Scottish Daily Mail

Outcry as PFI repayments hit a record £1bn

- By Michael Blackley Scottish Political Editor

THE cost of Labour’s disastrous PFI schemes has soared beyond £1billion a year for the first time.

The ‘toxic legacy’ of the ‘build now, pay later’ approach has left taxpayers with huge interest fees.

The annual cost of the ‘private finance initiative’ (PFI) topped £1billion for the first time after repayments rose by 9.2 per cent in the past five years.

The PFI scheme was run by Labour when it led the Scottish Executive in the early years of devolution.

It allowed it to build schools, hospitals and other public buildings.

The scheme sees companies receive an annual fee, usually over a 30-year term, to construct and maintain public buildings.

Nationalis­t MSP Ash Denham, who sits on the Scottish parliament’s finance committee, said: ‘The scale of PFI repayments are staggering, showing the incompeten­ce and damaging legacy of the previous Labour and the Lib Dem executive.

‘Deals like the PFI contracts for schools across Scotland, recently revealed as costing the public purse £426million this year alone, will leave taxpayers paying way over the odds for years to come.

‘Labour and Lib Dem enthusiasm for ruinously expensive PFI deals is still costing the public purse eye-watering sums of money.
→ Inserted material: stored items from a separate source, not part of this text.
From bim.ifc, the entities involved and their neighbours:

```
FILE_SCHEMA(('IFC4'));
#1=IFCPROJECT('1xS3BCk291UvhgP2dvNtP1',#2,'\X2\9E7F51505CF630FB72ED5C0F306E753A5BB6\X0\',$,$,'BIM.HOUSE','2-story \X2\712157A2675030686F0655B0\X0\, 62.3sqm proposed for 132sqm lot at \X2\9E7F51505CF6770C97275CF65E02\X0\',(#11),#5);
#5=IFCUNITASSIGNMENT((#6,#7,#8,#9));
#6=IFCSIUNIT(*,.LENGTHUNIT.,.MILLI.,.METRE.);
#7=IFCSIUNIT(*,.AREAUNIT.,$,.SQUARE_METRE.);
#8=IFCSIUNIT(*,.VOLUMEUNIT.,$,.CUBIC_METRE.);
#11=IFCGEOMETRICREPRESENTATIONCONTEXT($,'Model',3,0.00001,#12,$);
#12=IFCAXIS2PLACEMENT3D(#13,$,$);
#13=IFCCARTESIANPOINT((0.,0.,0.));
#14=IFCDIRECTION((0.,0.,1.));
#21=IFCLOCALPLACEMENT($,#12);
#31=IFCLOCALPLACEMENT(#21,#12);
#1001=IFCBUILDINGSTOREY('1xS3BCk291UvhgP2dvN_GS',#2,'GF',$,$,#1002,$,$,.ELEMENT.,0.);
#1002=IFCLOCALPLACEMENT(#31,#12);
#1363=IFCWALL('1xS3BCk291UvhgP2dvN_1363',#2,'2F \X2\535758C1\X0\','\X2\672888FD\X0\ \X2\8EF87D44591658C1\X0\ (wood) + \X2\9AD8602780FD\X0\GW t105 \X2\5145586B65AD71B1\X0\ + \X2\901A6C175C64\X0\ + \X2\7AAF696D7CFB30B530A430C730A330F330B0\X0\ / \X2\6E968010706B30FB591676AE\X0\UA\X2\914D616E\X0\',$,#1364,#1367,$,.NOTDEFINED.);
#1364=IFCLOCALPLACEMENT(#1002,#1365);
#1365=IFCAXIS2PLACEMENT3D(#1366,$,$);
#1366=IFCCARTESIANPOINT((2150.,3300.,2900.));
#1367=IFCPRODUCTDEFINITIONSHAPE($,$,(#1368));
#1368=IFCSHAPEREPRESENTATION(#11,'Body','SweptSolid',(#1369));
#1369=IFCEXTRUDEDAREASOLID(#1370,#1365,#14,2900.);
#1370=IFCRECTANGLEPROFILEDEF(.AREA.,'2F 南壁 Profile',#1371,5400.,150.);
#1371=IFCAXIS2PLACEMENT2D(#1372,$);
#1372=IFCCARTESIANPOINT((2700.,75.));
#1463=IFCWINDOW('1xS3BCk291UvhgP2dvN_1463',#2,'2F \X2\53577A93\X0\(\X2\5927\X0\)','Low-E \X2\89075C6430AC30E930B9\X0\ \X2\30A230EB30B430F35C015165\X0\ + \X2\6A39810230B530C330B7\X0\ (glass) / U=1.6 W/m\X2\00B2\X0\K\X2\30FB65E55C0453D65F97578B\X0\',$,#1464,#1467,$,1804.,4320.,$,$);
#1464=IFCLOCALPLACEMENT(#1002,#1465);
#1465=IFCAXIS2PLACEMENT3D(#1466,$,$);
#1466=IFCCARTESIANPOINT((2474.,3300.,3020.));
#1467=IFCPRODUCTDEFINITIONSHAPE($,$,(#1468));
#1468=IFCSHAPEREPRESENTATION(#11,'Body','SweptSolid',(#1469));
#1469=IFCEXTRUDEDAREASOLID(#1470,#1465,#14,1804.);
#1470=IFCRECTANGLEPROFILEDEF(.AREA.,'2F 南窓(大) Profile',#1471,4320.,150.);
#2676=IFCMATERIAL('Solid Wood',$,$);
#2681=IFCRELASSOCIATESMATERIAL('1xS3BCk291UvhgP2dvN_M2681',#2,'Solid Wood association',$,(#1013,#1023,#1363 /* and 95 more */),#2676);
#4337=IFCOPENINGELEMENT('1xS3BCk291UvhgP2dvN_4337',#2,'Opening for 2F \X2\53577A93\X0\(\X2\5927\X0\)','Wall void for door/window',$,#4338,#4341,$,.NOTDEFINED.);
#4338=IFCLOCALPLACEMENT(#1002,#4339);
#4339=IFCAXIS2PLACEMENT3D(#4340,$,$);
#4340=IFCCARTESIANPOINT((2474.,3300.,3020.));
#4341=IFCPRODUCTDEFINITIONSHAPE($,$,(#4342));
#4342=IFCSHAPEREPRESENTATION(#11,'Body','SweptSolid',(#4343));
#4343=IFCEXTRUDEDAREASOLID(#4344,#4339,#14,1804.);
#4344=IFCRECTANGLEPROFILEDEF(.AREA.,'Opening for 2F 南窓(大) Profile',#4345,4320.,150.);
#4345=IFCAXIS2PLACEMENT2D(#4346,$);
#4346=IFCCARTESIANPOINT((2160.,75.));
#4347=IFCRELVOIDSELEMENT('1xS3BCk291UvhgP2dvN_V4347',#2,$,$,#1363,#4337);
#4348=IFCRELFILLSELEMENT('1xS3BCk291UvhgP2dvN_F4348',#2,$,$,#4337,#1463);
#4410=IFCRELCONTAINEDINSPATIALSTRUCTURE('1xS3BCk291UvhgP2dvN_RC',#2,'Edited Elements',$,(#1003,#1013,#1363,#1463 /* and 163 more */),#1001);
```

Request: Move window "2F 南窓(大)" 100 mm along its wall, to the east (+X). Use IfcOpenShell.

```python
import ifcopenshell
import ifcopenshell.api.geometry
import ifcopenshell.util.placement

model = ifcopenshell.open("bim.ifc")

window = model.by_id(1463)
opening = window.FillsVoids[0].RelatingOpeningElement
wall = opening.VoidsElements[0].RelatingBuildingElement

wall_matrix = ifcopenshell.util.placement.get_local_placement(wall.ObjectPlacement)
shift = wall_matrix[:3, 0] * 100.0
before = ifcopenshell.util.placement.get_local_placement(window.ObjectPlacement)[:3, 3].copy()

# The window is not placed relative to its opening, so move both.
for product in (opening, window):
    matrix = ifcopenshell.util.placement.get_local_placement(product.ObjectPlacement)
    matrix[:3, 3] += shift
    ifcopenshell.api.geometry.edit_object_placement(model, product=product, matrix=matrix, is_si=False)

after = ifcopenshell.util.placement.get_local_placement(window.ObjectPlacement)[:3, 3]
print("window moved by", (after - before).round(3) + 0.0)

model.write("bim-out.ifc")
```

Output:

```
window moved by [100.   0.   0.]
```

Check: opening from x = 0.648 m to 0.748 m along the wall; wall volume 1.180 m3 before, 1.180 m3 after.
Money that could have been spent on improving important public services is instead being diverted to pay off their enormous debts.

‘Rather than indulging in overinvolv­ed the-top rhetoric on Scotland’s public finances, Kezia Dugdale and Willie Rennie would do well to reflect on how their own party’s failures are still costing Scottish taxpayers a fortune.’

Scottish Government figures show PFI payments in 2016-17 cost £1.009billion, 1.4 per cent higher than £995million a year earlier and 9.2 per cent higher than £924million in 2012-13.

Around 150 new schools and healthcare facilities were delivered in a decade as a result.

However, the repayments in PFI have far exceeded the original cost. In 2013, a study of 27 capital projects across Scotland’s NHS estate, valued at £1.28billion, found that lifetime payments will reach £6.7billion over the next 30 years.

The most expensive projects have included Edinburgh Royal Infirmary and Wishaw General and Hairmyres hospitals, both in Lanarkshir­e.

The costs include constructi­on, maintenanc­e and facilities management and are paid by public sector authoritie­s and the Government.

When it came to power in 2007, the SNP opposed PFI, which initially caused a slump in the number of building projects.

It adopted a Non-Profit Distributi­on’ (NPD) funding model, whereby contractor­s invest solely in the debt of a project and do not put in any equity or receive any returns on their capital investment. But critics say it is broadly similar to PFI.

Scottish Labour finance spokesman Jackie Baillie said: ‘Despite campaignin­g for years to abolish PFI, the SNP has carried this on under a different name and has made a mess of it. In fact, there is now more involvemen­t from the private sector than ever before.’